Extracted information START
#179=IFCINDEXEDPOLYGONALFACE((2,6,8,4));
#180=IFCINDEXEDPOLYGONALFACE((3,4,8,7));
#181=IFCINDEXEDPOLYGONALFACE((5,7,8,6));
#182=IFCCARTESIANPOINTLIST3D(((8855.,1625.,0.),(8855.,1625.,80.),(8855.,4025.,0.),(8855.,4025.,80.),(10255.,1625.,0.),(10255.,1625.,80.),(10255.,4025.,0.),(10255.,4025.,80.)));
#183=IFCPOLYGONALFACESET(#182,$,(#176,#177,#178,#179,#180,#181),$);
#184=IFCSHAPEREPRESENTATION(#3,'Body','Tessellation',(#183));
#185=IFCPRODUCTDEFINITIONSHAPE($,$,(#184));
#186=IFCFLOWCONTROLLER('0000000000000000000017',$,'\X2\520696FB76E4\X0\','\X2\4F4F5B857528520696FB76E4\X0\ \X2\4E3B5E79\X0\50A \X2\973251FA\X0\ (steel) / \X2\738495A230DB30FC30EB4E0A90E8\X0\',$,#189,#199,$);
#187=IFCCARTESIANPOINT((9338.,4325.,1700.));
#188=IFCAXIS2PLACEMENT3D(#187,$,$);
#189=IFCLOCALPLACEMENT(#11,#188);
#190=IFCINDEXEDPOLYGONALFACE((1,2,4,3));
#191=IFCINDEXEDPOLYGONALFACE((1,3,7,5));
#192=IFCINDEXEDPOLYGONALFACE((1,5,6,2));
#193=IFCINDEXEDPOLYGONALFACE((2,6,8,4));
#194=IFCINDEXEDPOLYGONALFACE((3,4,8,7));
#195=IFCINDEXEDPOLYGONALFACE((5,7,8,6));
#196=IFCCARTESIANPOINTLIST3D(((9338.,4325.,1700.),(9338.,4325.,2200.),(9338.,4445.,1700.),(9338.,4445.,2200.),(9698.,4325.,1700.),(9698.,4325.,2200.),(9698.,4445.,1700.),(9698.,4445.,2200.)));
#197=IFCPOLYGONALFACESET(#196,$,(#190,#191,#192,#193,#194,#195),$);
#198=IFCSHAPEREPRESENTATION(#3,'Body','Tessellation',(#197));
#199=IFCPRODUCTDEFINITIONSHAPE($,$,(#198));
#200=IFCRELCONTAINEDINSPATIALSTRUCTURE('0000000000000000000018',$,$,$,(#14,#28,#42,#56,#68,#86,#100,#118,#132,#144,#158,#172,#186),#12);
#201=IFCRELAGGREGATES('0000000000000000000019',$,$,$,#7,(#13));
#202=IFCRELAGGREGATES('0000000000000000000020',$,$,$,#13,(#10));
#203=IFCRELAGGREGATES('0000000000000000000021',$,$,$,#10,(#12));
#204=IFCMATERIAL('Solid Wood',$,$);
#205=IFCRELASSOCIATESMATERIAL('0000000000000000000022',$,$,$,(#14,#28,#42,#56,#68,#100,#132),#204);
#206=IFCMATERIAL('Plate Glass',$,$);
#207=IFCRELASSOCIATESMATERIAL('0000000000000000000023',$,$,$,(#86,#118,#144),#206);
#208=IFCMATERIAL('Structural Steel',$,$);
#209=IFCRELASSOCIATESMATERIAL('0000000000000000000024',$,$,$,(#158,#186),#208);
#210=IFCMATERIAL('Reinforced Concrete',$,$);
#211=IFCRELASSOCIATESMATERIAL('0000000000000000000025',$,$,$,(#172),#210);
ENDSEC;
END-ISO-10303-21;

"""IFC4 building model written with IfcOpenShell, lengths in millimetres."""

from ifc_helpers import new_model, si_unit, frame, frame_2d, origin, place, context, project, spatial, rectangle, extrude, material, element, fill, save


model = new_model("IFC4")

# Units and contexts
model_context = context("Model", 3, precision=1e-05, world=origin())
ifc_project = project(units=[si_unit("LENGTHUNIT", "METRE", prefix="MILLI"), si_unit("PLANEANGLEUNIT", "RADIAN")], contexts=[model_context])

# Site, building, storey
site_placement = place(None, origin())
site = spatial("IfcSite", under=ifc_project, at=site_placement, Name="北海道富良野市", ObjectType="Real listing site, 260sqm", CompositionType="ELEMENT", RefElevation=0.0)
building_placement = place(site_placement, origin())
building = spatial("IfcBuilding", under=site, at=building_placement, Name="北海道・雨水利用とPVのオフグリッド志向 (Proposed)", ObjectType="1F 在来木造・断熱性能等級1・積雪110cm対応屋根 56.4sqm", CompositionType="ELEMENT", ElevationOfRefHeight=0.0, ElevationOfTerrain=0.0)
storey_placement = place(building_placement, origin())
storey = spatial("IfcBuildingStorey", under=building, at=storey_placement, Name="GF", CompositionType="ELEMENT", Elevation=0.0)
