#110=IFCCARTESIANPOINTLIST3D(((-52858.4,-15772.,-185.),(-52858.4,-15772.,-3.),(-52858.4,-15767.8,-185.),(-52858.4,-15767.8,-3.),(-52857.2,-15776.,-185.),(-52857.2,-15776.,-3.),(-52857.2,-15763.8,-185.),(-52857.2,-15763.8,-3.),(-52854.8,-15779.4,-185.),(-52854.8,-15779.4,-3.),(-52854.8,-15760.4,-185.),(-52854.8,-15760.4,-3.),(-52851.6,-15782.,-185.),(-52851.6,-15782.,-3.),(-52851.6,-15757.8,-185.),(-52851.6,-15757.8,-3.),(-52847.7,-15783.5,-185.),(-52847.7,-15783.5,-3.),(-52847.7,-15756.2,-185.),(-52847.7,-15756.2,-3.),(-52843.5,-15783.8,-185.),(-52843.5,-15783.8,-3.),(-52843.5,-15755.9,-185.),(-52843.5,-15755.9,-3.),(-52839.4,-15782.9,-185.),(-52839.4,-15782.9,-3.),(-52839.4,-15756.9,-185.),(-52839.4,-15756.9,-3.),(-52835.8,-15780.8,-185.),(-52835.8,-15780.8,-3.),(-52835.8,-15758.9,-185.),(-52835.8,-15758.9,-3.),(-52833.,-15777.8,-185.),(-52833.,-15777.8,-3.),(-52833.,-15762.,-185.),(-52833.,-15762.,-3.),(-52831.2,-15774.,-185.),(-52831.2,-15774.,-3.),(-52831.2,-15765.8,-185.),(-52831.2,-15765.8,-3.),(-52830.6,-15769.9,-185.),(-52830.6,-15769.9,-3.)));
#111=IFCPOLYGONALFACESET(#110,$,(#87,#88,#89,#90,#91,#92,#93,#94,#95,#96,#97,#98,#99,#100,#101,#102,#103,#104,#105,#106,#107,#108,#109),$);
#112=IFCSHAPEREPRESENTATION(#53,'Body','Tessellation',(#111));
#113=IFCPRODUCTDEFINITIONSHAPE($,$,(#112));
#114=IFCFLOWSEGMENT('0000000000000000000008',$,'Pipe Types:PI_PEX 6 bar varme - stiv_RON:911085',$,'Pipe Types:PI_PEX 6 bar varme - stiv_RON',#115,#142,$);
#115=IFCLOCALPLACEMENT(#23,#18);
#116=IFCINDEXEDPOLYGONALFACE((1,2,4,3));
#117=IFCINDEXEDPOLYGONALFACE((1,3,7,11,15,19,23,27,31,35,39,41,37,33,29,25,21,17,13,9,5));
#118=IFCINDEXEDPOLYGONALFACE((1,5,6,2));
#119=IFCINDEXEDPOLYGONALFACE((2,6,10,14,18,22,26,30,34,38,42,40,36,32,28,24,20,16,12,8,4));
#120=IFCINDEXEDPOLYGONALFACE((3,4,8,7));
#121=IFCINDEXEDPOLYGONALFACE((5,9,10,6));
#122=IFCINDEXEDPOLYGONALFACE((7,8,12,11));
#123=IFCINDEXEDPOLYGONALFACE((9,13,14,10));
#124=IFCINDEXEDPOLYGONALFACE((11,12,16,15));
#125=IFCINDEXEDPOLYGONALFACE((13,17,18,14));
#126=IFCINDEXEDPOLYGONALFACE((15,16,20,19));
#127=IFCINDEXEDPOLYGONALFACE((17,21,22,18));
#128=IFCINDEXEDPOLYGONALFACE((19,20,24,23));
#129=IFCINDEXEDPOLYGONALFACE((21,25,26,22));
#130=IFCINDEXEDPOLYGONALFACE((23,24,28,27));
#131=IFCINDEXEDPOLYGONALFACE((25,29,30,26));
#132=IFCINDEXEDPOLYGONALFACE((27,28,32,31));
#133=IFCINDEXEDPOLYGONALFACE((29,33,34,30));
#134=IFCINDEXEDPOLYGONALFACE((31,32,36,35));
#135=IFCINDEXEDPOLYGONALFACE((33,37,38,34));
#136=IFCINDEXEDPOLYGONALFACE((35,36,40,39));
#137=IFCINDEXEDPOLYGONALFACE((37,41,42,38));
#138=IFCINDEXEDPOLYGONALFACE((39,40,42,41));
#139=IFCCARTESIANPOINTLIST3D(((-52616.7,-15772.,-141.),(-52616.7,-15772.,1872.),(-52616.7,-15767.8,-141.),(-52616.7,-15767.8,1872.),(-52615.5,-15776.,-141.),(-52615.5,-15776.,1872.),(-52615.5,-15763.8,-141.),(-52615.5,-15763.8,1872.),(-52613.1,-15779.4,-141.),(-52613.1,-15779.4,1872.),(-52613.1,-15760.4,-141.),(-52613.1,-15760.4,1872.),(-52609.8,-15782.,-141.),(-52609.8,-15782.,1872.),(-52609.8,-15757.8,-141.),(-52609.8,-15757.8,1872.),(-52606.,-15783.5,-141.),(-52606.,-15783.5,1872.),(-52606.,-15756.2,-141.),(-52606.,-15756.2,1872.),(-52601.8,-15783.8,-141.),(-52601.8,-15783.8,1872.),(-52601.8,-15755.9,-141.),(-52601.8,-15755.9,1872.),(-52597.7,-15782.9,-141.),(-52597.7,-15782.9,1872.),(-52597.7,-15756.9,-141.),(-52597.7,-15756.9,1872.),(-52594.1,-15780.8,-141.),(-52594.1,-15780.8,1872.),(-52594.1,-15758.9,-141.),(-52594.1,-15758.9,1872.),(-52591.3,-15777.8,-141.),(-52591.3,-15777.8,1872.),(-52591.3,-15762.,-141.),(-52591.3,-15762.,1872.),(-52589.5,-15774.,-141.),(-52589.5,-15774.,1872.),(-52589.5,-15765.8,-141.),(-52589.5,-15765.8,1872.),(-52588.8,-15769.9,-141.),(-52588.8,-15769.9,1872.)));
Extracted information END
### [Your task]
Which lines in the listing above hold the word "IFCPOLYGONALFACESET"? Show each of them.

### [The answer]
#183=IFCPOLYGONALFACESET(#182,$,(#176,#177,#178,#179,#180,#181),$);
#197=IFCPOLYGONALFACESET(#196,$,(#190,#191,#192,#193,#194,#195),$);
#111=IFCPOLYGONALFACESET(#110,$,(#87,#88,#89,#90,#91,#92,#93,#94,#95,#96,#97,#98,#99,#100,#101,#102,#103,#104,#105,#106,#107,#108,#109),$);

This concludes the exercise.